Page 3: Asia's Purchasing Power

economies. The system of PPP exchange rates seeks to produce a way

of comparing the prices of a basket of goods and services between

countries to produce a measure of performance that counts the quantity

of goods and services produced undistorted by such price differences.

There are many flaws in the idea of PPP, however. Perhaps the most

important is that finding a basket of goods and services to compare

prices between countries is virtually impossible. Countries produce

(and consume) very different types of goods and services, and

differences in quality are hard to take into account. Food in China may

be cheaper than in the US, but consumers in the US do not have to

worry to the same extent about food safety because part of the higher

price they pay goes towards maintaining a stricter regulatory and

monitoring regime. Compounding these concerns, there have been

sharp shifts in the PPP exchange rates used by the ICP between 2005

and 2011, which raises questions about the supposed greater stability

of PPP exchange rates.

So what use is PPP?

The problems involved in using PPP exchange rates mean that many

economists consider market exchange rates the only appropriate

measure to use when ranking the sizes of different economies around

the world. Certainly, for companies wanting to assess business

opportunities, market exchange rates are the ones that matter. The

Chinese government appears to share this view, and refused to co-

operate with the ICP in its work (raising further questions about the

data used for China). The Chinese administration's decision may have

been driven in part by a concern that the resulting figures might be

used by those arguing that China's growing economic weight means

that the country should do more to address global concerns such as

climate change.

PPP exchange rates are best used to compare and contrast output per

head in various countries, rather than to rank economies in terms of

their size. The economic strength of China, India and Indonesia stems

partly from their large populations. They are much weaker in terms of

Page 4: Asia's Purchasing Power

output per head, which stood at US$9,202, US$4,960 and US$8,389

respectively in 2011 under the newly updated PPP figures. This

compares with US$51,605 in the US and a global average of

US$13,258.

Pointing to undervalued currencies

A further use of PPP exchange rates is to gain an idea of which

currencies are undervalued. India's and Indonesia's shares of the world

economy under PPP measurements, at 6.4% and 2.3% respectively, are

around double their shares when measured by market exchange rates.
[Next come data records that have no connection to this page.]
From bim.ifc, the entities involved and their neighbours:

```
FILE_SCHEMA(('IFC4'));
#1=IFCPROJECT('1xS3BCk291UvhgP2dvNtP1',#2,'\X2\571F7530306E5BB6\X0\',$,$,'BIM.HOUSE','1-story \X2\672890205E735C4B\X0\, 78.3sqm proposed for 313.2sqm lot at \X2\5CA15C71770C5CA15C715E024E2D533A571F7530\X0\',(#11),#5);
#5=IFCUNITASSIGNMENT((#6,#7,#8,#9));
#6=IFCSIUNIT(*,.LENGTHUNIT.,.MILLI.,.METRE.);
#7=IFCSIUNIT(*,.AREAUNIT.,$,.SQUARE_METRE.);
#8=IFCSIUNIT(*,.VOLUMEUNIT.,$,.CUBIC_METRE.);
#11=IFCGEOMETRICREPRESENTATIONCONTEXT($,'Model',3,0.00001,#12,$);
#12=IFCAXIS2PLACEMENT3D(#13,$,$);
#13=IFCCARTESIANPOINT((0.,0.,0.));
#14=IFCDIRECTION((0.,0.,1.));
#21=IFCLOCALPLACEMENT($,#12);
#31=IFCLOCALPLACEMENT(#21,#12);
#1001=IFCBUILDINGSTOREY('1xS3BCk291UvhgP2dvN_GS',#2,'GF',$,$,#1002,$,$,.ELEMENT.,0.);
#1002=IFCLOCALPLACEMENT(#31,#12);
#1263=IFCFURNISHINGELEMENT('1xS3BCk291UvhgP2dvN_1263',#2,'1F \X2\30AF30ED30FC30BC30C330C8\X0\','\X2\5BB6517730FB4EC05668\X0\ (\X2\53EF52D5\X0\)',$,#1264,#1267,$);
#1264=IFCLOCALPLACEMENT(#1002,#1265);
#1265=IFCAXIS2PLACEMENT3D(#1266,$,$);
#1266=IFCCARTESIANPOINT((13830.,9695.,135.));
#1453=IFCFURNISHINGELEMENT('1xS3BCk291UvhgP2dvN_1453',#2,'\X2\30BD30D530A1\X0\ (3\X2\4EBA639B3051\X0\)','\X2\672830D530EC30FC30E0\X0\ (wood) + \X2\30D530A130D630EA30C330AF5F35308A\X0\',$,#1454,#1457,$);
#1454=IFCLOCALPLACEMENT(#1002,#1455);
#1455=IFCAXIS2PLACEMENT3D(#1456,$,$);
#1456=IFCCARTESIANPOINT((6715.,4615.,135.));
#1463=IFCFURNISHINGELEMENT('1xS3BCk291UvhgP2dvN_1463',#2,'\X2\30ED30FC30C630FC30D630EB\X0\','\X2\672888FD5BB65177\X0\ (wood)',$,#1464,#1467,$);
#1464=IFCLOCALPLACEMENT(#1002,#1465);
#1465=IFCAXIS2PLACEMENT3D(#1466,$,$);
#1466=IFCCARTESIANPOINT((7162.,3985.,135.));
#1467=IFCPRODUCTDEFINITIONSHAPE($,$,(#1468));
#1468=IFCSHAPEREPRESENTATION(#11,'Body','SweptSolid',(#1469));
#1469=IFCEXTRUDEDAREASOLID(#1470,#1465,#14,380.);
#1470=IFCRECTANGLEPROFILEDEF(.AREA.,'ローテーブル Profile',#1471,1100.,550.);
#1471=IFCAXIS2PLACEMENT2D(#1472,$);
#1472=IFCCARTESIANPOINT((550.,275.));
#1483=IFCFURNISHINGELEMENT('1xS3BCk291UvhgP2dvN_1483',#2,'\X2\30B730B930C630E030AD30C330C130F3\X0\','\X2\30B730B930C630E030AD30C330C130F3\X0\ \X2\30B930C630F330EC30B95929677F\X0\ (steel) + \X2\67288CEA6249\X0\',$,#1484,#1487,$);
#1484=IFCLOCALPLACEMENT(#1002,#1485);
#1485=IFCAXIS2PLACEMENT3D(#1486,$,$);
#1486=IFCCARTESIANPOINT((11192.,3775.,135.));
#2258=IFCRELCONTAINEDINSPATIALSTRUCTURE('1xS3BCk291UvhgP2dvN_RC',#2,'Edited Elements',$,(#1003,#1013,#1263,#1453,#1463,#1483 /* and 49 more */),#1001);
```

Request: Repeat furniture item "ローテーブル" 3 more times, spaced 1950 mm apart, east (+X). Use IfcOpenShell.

```python
import numpy as np
import ifcopenshell
import ifcopenshell.api.geometry
import ifcopenshell.api.root
import ifcopenshell.util.element
import ifcopenshell.util.placement
import ifcopenshell.util.unit

model = ifcopenshell.open("bim.ifc")
unit_scale = ifcopenshell.util.unit.calculate_unit_scale(model)


def reuse_history(source, copy):
    """copy_class also copies each property set's owner history, people and application; keep the originals."""
    for rel in copy.IsDefinedBy:
        if rel.is_a("IfcRelDefinesByProperties") and (history := rel.RelatingPropertyDefinition.OwnerHistory):
            rel.RelatingPropertyDefinition.OwnerHistory = source.OwnerHistory
            ifcopenshell.util.element.remove_deep2(model, history)


source = model.by_guid("1xS3BCk291UvhgP2dvN_1463")
base = ifcopenshell.util.placement.get_local_placement(source.ObjectPlacement)
step = np.array([1.0, 0.0, 0.0]) * 1.95 / unit_scale

for i in range(1, 4):
    copy = ifcopenshell.api.root.copy_class(model, product=source)
    copy.Representation = ifcopenshell.util.element.copy_deep(
        model, source.Representation, exclude=["IfcGeometricRepresentationContext", "IfcRepresentationMap"]
    )
    reuse_history(source, copy)
    matrix = base.copy()
    matrix[:3, 3] += i * step
    print("added at", matrix[:3, 3].round(3) + 0.0)
    ifcopenshell.api.geometry.edit_object_placement(model, product=copy, matrix=matrix, is_si=False)

model.write("bim_rev.ifc")
```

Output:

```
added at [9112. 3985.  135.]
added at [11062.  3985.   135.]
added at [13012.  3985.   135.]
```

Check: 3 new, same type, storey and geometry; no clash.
(Both countries have experienced a significant depreciation of their

currencies against the US dollar since 2011, which will only have

widened the ratio). This suggests that prices for goods and services

that are not traded across borders are very cheap in India and

Indonesia, even compared with those in many low-income nations in

Africa. The price level for government expenditure in Indonesia was

particularly low compared with other GDP expenditure components at

PPP exchange rates, suggesting that government expenditure could be

a more effective way to reduce poverty, which remains endemic in the

country. By contrast, the price level for fixed capital formation in India

was high. This could reflect a number of factors, including problems

such as graft that raise the cost of investment.

Emerging markets come to dominate the global economy

The new PPP exchange rate data have many problems and can be

easily misconstrued. Nevertheless, whatever the merits of the figures,

they have again drawn attention to a secular trend that is evident

whether using PPP or market exchange rates. Emerging markets are

accounting for a growing share of global economic output, and Asia's

largest economies are leading the charge. Companies that wish to

succeed in this global environment will need to follow the money.